The stem can be up to 10 cm long, stiff, hollow, smooth and grooved along its length. It is red-brownish coloured and purple-grey and frosted with fine flakes. The tip of the stem is expanded, resembling a button, at the base of the gills. The base is covered with a white felty mycelium weave. The thin, tough flesh is cream-brownish and gives off a weak, aromatic mushroom scent. Its taste is described as mild.

Amateurs would find it easy to confuse Collybiopsis confluens with other types of mushrooms. Characteristic of this species are the narrow-standing lamellae, the thin-fleshed, reddish-brown and quickly-fading cap and the tough, gristly stem, which is usually noticeably hairy and quite long in relation to the diameter of the cap. The tufted growth is also typical for this species.

=== Microscopic traits ===
The smooth, inamyloid spores are 7–10 μm long and 3.5–4.2 (–5) μm wide. They are slightly tear-shaped, ellipsoid or spindle shaped. They are not cyanophilic, meaning that they cannot be dyed with methyl blue. The club-shaped, basidia containing four spores are 22.4–26.6 μm × 5–7 μm big. Pleurocystidia are absent, but there are many 27.5–70 μm long and 2.8–5.6 μm wide cheilocystidia. They are unevenly club- or cylinder-shaped and twisting. In some instances, they can be unevenly battered or branched like coral.
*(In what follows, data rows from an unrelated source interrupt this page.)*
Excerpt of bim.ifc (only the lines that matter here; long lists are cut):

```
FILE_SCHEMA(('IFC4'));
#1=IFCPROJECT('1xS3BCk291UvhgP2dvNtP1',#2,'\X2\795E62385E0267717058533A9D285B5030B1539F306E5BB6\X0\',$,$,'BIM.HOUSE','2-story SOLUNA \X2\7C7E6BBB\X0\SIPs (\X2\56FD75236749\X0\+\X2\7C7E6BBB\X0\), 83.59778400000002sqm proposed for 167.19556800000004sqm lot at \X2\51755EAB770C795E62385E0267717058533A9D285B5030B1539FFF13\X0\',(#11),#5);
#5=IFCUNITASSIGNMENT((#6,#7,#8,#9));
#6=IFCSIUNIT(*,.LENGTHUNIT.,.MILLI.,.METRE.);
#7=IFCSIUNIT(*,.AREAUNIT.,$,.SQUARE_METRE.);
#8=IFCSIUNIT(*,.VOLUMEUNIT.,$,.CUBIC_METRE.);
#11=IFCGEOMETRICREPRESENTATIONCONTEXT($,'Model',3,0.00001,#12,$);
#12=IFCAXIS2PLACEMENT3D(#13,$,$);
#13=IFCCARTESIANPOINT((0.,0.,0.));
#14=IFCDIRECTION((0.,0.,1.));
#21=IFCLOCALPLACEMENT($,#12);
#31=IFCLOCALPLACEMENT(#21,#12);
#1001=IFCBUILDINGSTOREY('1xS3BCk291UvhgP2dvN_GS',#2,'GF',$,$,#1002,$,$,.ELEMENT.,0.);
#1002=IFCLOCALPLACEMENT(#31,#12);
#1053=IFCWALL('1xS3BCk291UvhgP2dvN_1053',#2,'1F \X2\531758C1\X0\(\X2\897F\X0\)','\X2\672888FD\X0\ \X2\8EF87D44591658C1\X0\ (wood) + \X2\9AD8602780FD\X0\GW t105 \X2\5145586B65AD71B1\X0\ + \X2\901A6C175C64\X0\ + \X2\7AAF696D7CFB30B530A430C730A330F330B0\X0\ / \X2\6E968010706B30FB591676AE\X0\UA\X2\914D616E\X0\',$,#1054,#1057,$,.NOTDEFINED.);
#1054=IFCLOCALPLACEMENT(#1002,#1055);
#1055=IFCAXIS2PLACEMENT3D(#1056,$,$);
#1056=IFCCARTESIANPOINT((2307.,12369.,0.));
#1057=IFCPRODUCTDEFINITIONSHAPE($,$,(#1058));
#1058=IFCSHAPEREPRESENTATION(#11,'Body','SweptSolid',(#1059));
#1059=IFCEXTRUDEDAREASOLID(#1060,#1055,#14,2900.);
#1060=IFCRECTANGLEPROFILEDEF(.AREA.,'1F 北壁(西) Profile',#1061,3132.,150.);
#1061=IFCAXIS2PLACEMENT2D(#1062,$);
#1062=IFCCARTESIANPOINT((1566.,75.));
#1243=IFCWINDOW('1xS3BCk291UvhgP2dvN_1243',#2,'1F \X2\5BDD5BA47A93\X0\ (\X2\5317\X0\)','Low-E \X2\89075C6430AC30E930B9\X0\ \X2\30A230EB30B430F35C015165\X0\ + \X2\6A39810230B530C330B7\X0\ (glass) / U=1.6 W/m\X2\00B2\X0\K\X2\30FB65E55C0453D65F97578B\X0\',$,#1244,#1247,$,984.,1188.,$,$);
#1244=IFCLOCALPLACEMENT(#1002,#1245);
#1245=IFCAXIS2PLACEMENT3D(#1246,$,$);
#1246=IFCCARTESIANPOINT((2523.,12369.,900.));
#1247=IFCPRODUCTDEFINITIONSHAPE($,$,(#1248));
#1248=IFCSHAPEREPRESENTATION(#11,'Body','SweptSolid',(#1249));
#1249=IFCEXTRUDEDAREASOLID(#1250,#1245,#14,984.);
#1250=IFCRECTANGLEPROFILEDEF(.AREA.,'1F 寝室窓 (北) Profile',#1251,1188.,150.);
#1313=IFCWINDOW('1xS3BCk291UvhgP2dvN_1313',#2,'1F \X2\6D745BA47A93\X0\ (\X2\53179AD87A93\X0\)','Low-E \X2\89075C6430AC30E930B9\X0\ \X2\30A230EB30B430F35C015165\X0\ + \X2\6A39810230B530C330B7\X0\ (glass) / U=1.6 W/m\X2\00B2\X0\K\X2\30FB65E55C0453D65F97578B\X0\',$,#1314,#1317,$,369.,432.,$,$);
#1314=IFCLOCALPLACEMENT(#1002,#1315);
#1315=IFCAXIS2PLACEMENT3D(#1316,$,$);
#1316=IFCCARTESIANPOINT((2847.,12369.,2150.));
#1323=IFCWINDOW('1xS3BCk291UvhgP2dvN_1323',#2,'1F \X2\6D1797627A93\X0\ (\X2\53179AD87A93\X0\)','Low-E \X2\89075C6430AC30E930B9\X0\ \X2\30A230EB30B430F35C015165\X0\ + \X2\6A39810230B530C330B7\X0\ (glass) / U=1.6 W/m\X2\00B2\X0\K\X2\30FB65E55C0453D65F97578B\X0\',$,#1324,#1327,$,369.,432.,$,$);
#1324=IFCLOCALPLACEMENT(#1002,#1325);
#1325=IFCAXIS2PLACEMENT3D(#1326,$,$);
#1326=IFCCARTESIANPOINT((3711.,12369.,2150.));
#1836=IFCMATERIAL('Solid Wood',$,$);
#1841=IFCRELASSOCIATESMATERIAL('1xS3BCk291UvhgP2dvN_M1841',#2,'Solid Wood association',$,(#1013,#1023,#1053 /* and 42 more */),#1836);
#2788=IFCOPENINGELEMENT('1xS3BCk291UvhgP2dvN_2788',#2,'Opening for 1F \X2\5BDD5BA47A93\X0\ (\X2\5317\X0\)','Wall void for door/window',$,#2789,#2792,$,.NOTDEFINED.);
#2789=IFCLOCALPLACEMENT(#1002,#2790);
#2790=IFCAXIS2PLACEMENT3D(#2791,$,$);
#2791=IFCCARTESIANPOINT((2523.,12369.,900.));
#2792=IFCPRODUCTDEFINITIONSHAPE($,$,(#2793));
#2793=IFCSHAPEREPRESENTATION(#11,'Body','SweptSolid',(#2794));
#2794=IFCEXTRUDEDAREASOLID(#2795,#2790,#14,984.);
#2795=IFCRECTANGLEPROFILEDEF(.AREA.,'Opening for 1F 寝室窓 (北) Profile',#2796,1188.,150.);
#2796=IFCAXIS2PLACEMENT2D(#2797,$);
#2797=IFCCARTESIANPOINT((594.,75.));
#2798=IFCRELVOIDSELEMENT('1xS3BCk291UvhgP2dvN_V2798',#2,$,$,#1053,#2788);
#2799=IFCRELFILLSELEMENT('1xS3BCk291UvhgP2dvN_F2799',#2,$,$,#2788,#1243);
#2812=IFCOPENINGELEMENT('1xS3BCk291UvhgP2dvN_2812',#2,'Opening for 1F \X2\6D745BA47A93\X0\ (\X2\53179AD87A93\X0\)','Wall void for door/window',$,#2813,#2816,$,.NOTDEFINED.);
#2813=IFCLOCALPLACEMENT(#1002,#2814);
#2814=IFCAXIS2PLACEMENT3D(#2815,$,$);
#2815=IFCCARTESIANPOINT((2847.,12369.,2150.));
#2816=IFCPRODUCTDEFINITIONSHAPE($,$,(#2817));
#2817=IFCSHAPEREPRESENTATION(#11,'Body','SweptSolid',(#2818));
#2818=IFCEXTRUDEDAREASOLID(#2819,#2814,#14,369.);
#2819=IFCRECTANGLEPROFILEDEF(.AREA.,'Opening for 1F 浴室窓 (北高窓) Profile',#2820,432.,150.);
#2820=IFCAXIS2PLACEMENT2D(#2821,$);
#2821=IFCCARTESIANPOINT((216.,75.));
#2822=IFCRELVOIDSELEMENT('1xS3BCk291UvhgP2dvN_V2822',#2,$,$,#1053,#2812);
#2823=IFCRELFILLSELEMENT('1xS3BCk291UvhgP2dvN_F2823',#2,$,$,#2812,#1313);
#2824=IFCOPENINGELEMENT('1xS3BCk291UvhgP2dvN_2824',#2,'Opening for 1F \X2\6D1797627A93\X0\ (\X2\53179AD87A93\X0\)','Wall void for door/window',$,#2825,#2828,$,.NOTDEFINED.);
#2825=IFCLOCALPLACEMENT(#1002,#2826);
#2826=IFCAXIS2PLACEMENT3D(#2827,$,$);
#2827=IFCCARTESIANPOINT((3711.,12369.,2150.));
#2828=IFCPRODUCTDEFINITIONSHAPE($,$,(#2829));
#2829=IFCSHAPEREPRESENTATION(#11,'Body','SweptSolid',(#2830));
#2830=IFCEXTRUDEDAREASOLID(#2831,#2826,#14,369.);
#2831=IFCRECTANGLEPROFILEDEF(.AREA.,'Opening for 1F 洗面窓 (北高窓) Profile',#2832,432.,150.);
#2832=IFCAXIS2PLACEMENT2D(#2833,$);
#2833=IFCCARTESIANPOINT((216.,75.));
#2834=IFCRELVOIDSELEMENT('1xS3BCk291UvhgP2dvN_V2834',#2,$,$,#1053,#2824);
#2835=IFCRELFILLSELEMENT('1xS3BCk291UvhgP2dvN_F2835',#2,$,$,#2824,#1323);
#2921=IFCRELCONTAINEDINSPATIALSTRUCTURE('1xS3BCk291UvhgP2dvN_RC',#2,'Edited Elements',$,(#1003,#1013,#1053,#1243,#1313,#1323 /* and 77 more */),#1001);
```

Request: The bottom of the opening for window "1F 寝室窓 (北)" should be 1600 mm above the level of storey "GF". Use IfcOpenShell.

```python
import numpy as np
import ifcopenshell
import ifcopenshell.api.geometry
import ifcopenshell.geom
import ifcopenshell.util.element
import ifcopenshell.util.placement
import ifcopenshell.util.shape
import ifcopenshell.util.unit

model = ifcopenshell.open("bim.ifc")
unit_scale = ifcopenshell.util.unit.calculate_unit_scale(model)

window = model.by_guid("1xS3BCk291UvhgP2dvN_1243")
opening = window.FillsVoids[0].RelatingOpeningElement
storey = ifcopenshell.util.element.get_container(window, ifc_class="IfcBuildingStorey")
level = ifcopenshell.util.placement.get_local_placement(storey.ObjectPlacement)[2, 3]

# The opening's origin need not be at the sill, so measure its lowest point.
shape = ifcopenshell.geom.create_shape(ifcopenshell.geom.settings(), opening)
bottom = ifcopenshell.util.shape.get_shape_bottom_elevation(shape, shape.geometry) / unit_scale
dz = level + 1.6 / unit_scale - bottom

shift = np.array([0.0, 0.0, dz])
# The window is not placed relative to its opening, so move both.
for product in (opening, window):
    matrix = ifcopenshell.util.placement.get_local_placement(product.ObjectPlacement)
    matrix[:3, 3] += shift
    ifcopenshell.api.geometry.edit_object_placement(model, product=product, matrix=matrix, is_si=False)

print(f"moved by {dz * unit_scale:+.3f} m")

model.write("bim_updated.ifc")
```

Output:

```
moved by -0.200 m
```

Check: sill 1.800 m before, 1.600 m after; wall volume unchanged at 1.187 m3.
The inamyloid Lamellartrama is parallel to interwoven. The hypha are 3.5–7.8 (–14.8) μm wide, smooth, thin-walled and translucent. They partially contain strongly refractive lipid droplets. The Huttrama is inamyloid and loosely interwoven. The Hyphen are 5.5–13.2 μm wide. The skin of the cap (Pileipellis) is only slightly differentiated and consists of crawling, branched, and radially orientated hyphen. The hyaline and thin walled cells are 2.8–7 μm wide and mostly smooth. Occasionally, they can be spirally and unevenly encrusted by a fine, faint yellow-brown pigment. Clamp connections are present in all tissues.

Gymnopus peronatus can be similar. This also has lamella far apart from each other, yellow lamella when the mushroom is young, light brown lamellae when the mushroom is old, tastes burning hot and grows fewer tufts.

== Distribution ==
Collybiopsis confluens is widely spread throughout Pakistan and the Holarctic realm. In the Holoartic realm, the distribution area reaches from the meridian to the subarctic climate zone. The species has been documented in North Asia (Caucasus, Eastern Siberia, Kamchatka, China, Korea, Japan), North America (USA, Canada), and Europe. In Europe the mushroom is distributed from Spain in the South to Macedonia in the South-East. In western Europe they can be found in France, Great Britain, in the Benelux countries and northwards to the Hebrides. They appear throughout all of middle Europe, east Europe, Ukraine, Belarus and Russia. They can also be found throughout all of Fennoscandia. In the north, its distribution area reaches Sweden and Finland, to beyond the arctic circle.

== Ecology ==

This species appears in almost every native forest, as well as in common forest communities. They mainly contain adult copper beeches. The fruiting body appears from July to November mostly in rows of clusters or fairy circles from 1 to 5 meters in diameter. As a substrate, deciduous and coniferous trees serve very well, however they grow most frequently on copper beech wood. The mushrooms appear from lowland to high mountain land.

== Relevance ==

The mushroom is not edible, even though it likely contains no poison. Due to the tough, cartilaginous stalk and the thickness of its flesh, it is hardly used for this purpose.